(Saved entries)
◇ ◇ ◇ ◇ ◇

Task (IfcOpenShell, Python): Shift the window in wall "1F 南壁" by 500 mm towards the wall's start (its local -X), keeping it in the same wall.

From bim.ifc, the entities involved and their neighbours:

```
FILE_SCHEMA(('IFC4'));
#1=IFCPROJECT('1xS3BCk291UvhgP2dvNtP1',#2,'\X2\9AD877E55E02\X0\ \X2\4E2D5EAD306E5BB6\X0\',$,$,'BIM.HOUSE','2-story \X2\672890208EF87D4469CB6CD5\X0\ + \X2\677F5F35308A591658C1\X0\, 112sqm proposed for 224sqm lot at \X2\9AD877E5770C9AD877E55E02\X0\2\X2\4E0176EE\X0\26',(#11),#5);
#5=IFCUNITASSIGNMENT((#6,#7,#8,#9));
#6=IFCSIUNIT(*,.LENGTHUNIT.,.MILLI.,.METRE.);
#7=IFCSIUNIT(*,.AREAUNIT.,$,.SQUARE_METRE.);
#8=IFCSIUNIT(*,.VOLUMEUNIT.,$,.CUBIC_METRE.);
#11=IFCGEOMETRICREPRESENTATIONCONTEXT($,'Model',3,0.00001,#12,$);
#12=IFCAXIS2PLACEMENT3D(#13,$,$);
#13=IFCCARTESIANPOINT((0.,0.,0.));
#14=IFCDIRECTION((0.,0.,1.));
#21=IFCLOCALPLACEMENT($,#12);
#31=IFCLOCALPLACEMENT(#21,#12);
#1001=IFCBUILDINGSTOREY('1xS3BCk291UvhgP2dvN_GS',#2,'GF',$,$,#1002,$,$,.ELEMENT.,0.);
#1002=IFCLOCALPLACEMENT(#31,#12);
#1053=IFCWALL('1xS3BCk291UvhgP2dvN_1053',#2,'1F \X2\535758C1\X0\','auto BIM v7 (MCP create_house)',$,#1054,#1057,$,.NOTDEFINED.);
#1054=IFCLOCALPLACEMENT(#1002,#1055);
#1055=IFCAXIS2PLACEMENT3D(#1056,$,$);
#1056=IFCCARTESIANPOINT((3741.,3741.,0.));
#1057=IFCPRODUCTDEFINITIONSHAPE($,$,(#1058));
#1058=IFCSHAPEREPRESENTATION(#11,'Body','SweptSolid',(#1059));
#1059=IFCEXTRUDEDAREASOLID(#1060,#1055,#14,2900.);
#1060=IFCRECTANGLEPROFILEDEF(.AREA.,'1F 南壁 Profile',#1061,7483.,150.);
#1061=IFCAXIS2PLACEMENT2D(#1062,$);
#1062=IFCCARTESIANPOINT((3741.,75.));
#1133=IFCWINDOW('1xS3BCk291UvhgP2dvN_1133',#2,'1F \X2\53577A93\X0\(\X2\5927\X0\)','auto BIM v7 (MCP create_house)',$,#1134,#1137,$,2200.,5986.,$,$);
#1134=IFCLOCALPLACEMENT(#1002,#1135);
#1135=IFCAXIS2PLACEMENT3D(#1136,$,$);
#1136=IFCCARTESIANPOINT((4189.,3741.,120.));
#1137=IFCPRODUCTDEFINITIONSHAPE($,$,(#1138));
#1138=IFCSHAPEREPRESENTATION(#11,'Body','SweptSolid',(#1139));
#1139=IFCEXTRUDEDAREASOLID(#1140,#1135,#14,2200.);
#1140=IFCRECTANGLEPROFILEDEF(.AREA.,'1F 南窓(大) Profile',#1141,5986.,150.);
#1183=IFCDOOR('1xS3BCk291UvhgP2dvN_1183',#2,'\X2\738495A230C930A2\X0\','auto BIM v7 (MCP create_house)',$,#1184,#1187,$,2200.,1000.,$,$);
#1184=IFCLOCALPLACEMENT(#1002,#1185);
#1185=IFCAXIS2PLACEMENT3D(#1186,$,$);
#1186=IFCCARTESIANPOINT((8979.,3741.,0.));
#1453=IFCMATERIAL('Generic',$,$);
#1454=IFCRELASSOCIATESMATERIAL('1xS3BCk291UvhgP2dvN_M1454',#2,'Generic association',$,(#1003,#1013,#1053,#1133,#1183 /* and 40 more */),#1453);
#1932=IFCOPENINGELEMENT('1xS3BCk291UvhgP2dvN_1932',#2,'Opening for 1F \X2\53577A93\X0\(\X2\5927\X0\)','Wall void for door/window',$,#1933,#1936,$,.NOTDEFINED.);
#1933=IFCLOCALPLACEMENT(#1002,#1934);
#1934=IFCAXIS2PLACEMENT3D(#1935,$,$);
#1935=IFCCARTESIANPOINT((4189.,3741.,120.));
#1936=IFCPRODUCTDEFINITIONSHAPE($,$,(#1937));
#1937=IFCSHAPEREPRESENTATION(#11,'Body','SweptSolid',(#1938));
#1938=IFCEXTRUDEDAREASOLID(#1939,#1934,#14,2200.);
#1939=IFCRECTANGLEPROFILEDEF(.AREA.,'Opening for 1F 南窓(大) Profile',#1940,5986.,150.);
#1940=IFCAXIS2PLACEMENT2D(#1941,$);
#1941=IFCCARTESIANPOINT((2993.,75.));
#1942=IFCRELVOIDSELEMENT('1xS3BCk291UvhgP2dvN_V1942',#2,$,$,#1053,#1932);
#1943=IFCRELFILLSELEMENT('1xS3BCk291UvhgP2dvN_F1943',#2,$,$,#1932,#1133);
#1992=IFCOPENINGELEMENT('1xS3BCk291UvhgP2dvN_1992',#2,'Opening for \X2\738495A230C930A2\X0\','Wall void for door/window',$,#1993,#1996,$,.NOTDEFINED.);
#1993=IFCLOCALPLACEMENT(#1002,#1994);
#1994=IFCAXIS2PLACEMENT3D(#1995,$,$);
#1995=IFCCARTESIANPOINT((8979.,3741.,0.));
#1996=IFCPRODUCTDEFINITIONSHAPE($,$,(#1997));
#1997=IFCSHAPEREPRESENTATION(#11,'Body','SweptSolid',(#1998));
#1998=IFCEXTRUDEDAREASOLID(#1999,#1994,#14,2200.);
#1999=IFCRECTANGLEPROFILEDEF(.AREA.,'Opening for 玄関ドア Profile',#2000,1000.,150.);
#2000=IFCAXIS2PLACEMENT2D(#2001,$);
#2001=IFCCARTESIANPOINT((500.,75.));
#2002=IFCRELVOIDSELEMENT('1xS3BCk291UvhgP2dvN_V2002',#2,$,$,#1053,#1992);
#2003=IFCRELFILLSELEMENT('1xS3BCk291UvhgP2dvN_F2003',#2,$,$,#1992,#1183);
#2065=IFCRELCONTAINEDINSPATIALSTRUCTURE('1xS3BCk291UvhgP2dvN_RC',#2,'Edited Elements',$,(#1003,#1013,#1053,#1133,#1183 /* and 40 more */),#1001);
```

```python
import ifcopenshell
import ifcopenshell.api.geometry
import ifcopenshell.util.placement

model = ifcopenshell.open("bim.ifc")

window = model.by_id(1133)
opening = window.FillsVoids[0].RelatingOpeningElement
wall = opening.VoidsElements[0].RelatingBuildingElement

wall_matrix = ifcopenshell.util.placement.get_local_placement(wall.ObjectPlacement)
shift = wall_matrix[:3, 0] * -500.0
before = ifcopenshell.util.placement.get_local_placement(window.ObjectPlacement)[:3, 3].copy()

# The window is not placed relative to its opening, so move both.
for product in (opening, window):
    matrix = ifcopenshell.util.placement.get_local_placement(product.ObjectPlacement)
    matrix[:3, 3] += shift
    ifcopenshell.api.geometry.edit_object_placement(model, product=product, matrix=matrix, is_si=False)

after = ifcopenshell.util.placement.get_local_placement(window.ObjectPlacement)[:3, 3]
print("window moved by", (after - before).round(3) + 0.0)

model.write("bim_edited.ifc")
```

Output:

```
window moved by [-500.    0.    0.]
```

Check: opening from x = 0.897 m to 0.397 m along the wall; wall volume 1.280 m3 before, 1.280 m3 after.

◇ ◇ ◇ ◇ ◇

▶ _Task requirements_
Where does the string "IFCRELVOIDSELEMENT" occur in the data above? Copy every line that holds it.

▶ _Response to the exercise_
#1942=IFCRELVOIDSELEMENT('1xS3BCk291UvhgP2dvN_V1942',#2,$,$,#1053,#1932);
#2002=IFCRELVOIDSELEMENT('1xS3BCk291UvhgP2dvN_V2002',#2,$,$,#1053,#1992);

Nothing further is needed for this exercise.